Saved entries
____________

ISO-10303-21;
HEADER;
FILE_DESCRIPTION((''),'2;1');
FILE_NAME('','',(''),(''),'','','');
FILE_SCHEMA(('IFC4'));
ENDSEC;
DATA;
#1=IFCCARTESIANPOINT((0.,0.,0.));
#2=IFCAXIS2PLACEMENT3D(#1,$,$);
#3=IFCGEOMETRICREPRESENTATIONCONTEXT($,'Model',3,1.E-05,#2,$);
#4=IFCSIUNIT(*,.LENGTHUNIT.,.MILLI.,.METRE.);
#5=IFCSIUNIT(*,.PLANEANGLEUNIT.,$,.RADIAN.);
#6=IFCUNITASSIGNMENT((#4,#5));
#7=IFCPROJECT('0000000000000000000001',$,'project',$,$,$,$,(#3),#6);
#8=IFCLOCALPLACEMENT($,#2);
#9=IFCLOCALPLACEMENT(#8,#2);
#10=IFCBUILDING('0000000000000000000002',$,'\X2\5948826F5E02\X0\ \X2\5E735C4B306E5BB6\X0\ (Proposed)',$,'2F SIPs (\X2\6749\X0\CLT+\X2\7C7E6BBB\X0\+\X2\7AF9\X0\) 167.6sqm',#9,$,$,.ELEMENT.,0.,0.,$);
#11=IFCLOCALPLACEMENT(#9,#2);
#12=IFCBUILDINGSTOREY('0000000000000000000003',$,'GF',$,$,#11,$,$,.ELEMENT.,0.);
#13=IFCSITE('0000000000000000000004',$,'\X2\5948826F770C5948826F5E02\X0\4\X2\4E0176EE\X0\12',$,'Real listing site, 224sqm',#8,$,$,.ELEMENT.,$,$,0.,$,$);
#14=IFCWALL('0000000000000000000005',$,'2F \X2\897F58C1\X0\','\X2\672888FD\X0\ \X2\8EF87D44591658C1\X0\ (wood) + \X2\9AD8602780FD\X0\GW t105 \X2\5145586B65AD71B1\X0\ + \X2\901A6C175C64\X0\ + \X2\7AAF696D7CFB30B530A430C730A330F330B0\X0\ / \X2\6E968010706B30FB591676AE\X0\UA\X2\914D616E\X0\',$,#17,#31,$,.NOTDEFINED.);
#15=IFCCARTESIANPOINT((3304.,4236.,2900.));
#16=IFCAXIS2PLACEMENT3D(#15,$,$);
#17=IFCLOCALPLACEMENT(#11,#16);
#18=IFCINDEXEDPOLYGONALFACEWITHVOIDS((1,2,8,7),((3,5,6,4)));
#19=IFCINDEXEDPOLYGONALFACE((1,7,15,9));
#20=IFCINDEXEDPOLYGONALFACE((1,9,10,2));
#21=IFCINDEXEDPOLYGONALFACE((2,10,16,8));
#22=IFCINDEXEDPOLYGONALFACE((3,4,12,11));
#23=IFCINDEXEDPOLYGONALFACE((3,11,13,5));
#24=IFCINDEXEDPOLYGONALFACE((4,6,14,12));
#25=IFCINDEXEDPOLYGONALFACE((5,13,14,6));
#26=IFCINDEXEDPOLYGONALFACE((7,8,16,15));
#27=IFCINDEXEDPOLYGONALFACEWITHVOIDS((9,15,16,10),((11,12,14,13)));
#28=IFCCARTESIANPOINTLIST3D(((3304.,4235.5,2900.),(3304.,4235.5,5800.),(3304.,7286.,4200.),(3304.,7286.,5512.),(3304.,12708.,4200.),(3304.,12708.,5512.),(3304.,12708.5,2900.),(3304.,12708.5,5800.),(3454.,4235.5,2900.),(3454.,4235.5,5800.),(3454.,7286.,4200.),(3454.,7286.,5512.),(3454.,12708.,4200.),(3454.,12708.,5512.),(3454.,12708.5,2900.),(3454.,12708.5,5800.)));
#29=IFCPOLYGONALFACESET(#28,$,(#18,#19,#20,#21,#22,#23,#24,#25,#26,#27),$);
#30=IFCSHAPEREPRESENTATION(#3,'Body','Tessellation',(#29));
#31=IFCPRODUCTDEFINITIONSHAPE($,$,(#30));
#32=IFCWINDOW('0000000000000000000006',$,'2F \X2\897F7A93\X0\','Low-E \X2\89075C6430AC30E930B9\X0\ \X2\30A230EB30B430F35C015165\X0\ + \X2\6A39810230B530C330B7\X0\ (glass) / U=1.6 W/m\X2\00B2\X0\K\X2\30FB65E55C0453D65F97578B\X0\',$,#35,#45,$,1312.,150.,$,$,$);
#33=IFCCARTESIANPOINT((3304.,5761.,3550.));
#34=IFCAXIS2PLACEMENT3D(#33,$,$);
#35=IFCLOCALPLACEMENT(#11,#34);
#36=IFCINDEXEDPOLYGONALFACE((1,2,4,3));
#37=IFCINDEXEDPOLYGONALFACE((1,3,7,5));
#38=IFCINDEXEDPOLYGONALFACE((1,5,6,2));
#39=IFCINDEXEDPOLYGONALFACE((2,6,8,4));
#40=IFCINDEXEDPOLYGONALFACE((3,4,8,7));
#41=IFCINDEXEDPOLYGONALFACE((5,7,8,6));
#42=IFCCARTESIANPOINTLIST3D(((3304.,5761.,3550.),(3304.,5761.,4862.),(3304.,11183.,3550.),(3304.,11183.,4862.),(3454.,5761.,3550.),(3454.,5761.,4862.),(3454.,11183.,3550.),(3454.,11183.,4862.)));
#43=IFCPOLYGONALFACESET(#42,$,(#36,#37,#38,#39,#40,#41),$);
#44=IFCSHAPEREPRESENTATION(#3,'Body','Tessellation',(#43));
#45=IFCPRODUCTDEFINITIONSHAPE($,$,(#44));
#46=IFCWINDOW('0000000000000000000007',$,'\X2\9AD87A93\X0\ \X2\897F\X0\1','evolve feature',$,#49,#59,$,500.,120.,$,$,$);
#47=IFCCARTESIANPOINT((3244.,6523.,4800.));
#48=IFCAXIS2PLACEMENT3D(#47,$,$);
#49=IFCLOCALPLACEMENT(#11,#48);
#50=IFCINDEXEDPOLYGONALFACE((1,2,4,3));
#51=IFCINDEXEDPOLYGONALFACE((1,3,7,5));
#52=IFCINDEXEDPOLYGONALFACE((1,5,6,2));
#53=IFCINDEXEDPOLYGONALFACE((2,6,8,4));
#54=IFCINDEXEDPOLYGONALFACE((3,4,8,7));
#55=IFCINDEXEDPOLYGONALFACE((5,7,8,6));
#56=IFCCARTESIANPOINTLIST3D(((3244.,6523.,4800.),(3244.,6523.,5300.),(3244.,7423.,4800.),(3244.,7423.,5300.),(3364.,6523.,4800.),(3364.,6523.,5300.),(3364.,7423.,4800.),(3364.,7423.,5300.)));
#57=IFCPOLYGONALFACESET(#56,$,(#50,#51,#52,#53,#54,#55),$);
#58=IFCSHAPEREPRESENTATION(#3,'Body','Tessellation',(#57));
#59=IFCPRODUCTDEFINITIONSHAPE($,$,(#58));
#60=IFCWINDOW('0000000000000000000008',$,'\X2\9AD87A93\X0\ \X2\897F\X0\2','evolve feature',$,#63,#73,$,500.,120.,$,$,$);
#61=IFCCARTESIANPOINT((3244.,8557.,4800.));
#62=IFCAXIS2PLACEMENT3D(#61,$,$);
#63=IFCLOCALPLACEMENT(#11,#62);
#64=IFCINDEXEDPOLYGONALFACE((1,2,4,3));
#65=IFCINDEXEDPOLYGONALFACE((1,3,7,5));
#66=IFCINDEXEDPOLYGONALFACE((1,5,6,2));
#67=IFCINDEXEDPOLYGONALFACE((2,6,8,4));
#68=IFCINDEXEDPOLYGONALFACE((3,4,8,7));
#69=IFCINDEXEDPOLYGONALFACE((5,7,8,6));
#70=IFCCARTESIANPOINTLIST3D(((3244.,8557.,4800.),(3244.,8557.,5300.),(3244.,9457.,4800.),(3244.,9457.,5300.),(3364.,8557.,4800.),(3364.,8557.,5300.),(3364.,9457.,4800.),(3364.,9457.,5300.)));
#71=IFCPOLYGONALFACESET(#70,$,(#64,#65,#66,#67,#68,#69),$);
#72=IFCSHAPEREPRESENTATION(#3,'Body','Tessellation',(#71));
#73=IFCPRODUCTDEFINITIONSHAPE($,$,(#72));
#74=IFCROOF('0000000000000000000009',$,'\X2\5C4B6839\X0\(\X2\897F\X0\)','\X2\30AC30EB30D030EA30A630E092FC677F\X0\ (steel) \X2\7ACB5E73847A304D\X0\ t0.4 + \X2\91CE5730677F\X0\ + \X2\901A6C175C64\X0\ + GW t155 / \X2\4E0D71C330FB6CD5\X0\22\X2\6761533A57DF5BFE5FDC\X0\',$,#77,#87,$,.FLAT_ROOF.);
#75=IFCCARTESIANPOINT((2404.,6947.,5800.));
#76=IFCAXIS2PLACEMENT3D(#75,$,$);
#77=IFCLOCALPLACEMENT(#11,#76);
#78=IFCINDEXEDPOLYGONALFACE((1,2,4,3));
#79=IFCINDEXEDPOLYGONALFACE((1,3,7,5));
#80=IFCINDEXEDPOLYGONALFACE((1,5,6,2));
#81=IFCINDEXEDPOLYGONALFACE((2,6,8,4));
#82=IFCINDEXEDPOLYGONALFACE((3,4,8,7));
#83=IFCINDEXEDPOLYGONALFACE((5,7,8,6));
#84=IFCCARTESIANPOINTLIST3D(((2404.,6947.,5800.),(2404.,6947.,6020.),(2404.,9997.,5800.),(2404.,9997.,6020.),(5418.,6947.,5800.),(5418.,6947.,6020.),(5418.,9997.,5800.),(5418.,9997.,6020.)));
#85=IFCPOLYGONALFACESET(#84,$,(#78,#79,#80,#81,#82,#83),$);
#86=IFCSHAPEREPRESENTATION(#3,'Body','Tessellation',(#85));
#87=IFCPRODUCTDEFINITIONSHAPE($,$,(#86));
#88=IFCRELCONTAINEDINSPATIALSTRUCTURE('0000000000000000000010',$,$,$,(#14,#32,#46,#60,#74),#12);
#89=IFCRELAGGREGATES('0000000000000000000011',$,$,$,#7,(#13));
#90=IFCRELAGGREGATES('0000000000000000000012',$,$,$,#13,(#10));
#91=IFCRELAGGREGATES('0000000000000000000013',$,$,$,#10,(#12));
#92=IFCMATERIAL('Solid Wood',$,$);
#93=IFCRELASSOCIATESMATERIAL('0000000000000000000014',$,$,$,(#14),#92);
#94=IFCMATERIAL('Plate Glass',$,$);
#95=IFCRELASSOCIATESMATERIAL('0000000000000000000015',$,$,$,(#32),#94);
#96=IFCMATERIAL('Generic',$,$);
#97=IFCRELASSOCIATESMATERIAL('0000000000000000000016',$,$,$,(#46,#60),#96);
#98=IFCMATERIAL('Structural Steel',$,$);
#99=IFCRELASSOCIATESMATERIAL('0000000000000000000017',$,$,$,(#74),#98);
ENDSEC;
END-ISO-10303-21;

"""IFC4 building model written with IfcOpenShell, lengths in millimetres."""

from ifc_helpers import new_model, si_unit, frame, frame_2d, origin, place, context, project, spatial, rectangle, extrude, material, element, fill, save


model = new_model("IFC4")

# Units and contexts
model_context = context("Model", 3, precision=1e-05, world=origin())
ifc_project = project(units=[si_unit("LENGTHUNIT", "METRE", prefix="MILLI"), si_unit("PLANEANGLEUNIT", "RADIAN")], contexts=[model_context])

# Site, building, storey
site_placement = place(None, origin())
site = spatial("IfcSite", under=ifc_project, at=site_placement, Name="奈良県奈良市4丁目12", ObjectType="Real listing site, 224sqm", CompositionType="ELEMENT", RefElevation=0.0)
building_placement = place(site_placement, origin())
building = spatial("IfcBuilding", under=site, at=building_placement, Name="奈良市 平屋の家 (Proposed)", ObjectType="2F SIPs (杉CLT+籾殻+竹) 167.6sqm", CompositionType="ELEMENT", ElevationOfRefHeight=0.0, ElevationOfTerrain=0.0)
storey_placement = place(building_placement, origin())
storey = spatial("IfcBuildingStorey", under=building, at=storey_placement, Name="GF", CompositionType="ELEMENT", Elevation=0.0)

# Shared definitions
ifc_material_1 = material(Name="Solid Wood")
ifc_material_2 = material(Name="Generic")

# Shared definitions
ifc_material_3 = material(Name="Plate Glass")

# Wall, openings, windows
wall_1_placement = place(storey_placement, frame((3304.0, 4236.0, 2900.0)))
wall_1 = element("IfcWall", 1, at=wall_1_placement, inside=storey, material=ifc_material_1, Name="2F 西壁", Description="木製 軸組外壁 (wood) + 高性能GW t105 充填断熱 + 通気層 + 窯業系サイディング / 準耐火・外皮UA配慮", PredefinedType="NOTDEFINED", context=model_context, shape_type="SweptSolid", body=[
    extrude(rectangle(XDim=150.0, YDim=8473.0, at=frame_2d((75.0, 4236.0))), frame((3304.0, 4236.0, 2900.0)), (0.0, 0.0, 1.0), 2900.0),
])
opening_1_placement = place(storey_placement, frame((3304.0, 5761.0, 3550.0)))
opening_1 = element("IfcOpeningElement", 2, at=opening_1_placement, cuts=wall_1, PredefinedType="NOTDEFINED", context=model_context, shape_type="SweptSolid", body=[
    extrude(rectangle(XDim=150.0, YDim=5422.0, at=frame_2d((75.0, 2711.0))), frame((3304.0, 5761.0, 3550.0)), (0.0, 0.0, 1.0), 1312.0),
])
opening_2_placement = place(storey_placement, frame((3244.0, 6523.0, 4800.0)))
opening_2 = element("IfcOpeningElement", 3, at=opening_2_placement, cuts=wall_1, PredefinedType="NOTDEFINED", context=model_context, shape_type="SweptSolid", body=[
    extrude(rectangle(XDim=120.0, YDim=900.0, at=frame_2d((60.0, 450.0))), frame((3244.0, 6523.0, 4800.0)), (0.0, 0.0, 1.0), 500.0),
])
opening_3_placement = place(storey_placement, frame((3244.0, 8557.0, 4800.0)))
opening_3 = element("IfcOpeningElement", 4, at=opening_3_placement, cuts=wall_1, PredefinedType="NOTDEFINED", context=model_context, shape_type="SweptSolid", body=[
    extrude(rectangle(XDim=120.0, YDim=900.0, at=frame_2d((60.0, 450.0))), frame((3244.0, 8557.0, 4800.0)), (0.0, 0.0, 1.0), 500.0),
])
window_1_placement = place(storey_placement, frame((3304.0, 5761.0, 3550.0)))
window_1 = element("IfcWindow", 5, at=window_1_placement, inside=storey, material=ifc_material_3, Name="2F 西窓", Description="Low-E 複層ガラス アルゴン封入 + 樹脂サッシ (glass) / U=1.6 W/m²K・日射取得型", OverallHeight=1312.0, OverallWidth=150.0, context=model_context, shape_type="SweptSolid", body=[
    extrude(rectangle(XDim=150.0, YDim=5422.0, at=frame_2d((75.0, 2711.0))), frame((3304.0, 5761.0, 3550.0)), (0.0, 0.0, 1.0), 1312.0),
])
fill(opening_1, window_1)
window_2_placement = place(storey_placement, frame((3244.0, 6523.0, 4800.0)))
window_2 = element("IfcWindow", 6, at=window_2_placement, inside=storey, material=ifc_material_2, Name="高窓 西1", Description="evolve feature", OverallHeight=500.0, OverallWidth=120.0, context=model_context, shape_type="SweptSolid", body=[
    extrude(rectangle(XDim=120.0, YDim=900.0, at=frame_2d((60.0, 450.0))), frame((3244.0, 6523.0, 4800.0)), (0.0, 0.0, 1.0), 500.0),
])
fill(opening_2, window_2)
window_3_placement = place(storey_placement, frame((3244.0, 8557.0, 4800.0)))
window_3 = element("IfcWindow", 7, at=window_3_placement, inside=storey, material=ifc_material_2, Name="高窓 西2", Description="evolve feature", OverallHeight=500.0, OverallWidth=120.0, context=model_context, shape_type="SweptSolid", body=[
    extrude(rectangle(XDim=120.0, YDim=900.0, at=frame_2d((60.0, 450.0))), frame((3244.0, 8557.0, 4800.0)), (0.0, 0.0, 1.0), 500.0),
])
fill(opening_3, window_3)

# Roof
ifc_material_4 = material(Name="Structural Steel")
roof_1_placement = place(storey_placement, frame((2404.0, 6947.0, 5800.0)))
element("IfcRoof", 8, at=roof_1_placement, inside=storey, material=ifc_material_4, Name="屋根(西)", Description="ガルバリウム鋼板 (steel) 立平葺き t0.4 + 野地板 + 通気層 + GW t155 / 不燃・法22条区域対応", PredefinedType="FLAT_ROOF", context=model_context, shape_type="SweptSolid", body=[
    extrude(rectangle(XDim=3014.0, YDim=3050.0, at=frame_2d((1507.0, 1525.0))), frame((2404.0, 6947.0, 5800.0)), (0.0, 0.0, 1.0), 220.0),
])

save(model, "model.ifc")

____________

* EXERCISE
Taking the records above, retype every line from the one with "#66=IFCINDEXEDPOLYGONALFACE((1,5,6,2));" down to the one with "#72=IFCSHAPEREPRESENTATION(#3,'Body','Tessellation',(#71));", exactly and with nothing else.

* RESPONSE
#66=IFCINDEXEDPOLYGONALFACE((1,5,6,2));
#67=IFCINDEXEDPOLYGONALFACE((2,6,8,4));
#68=IFCINDEXEDPOLYGONALFACE((3,4,8,7));
#69=IFCINDEXEDPOLYGONALFACE((5,7,8,6));
#70=IFCCARTESIANPOINTLIST3D(((3244.,8557.,4800.),(3244.,8557.,5300.),(3244.,9457.,4800.),(3244.,9457.,5300.),(3364.,8557.,4800.),(3364.,8557.,5300.),(3364.,9457.,4800.),(3364.,9457.,5300.)));
#71=IFCPOLYGONALFACESET(#70,$,(#64,#65,#66,#67,#68,#69),$);
#72=IFCSHAPEREPRESENTATION(#3,'Body','Tessellation',(#71));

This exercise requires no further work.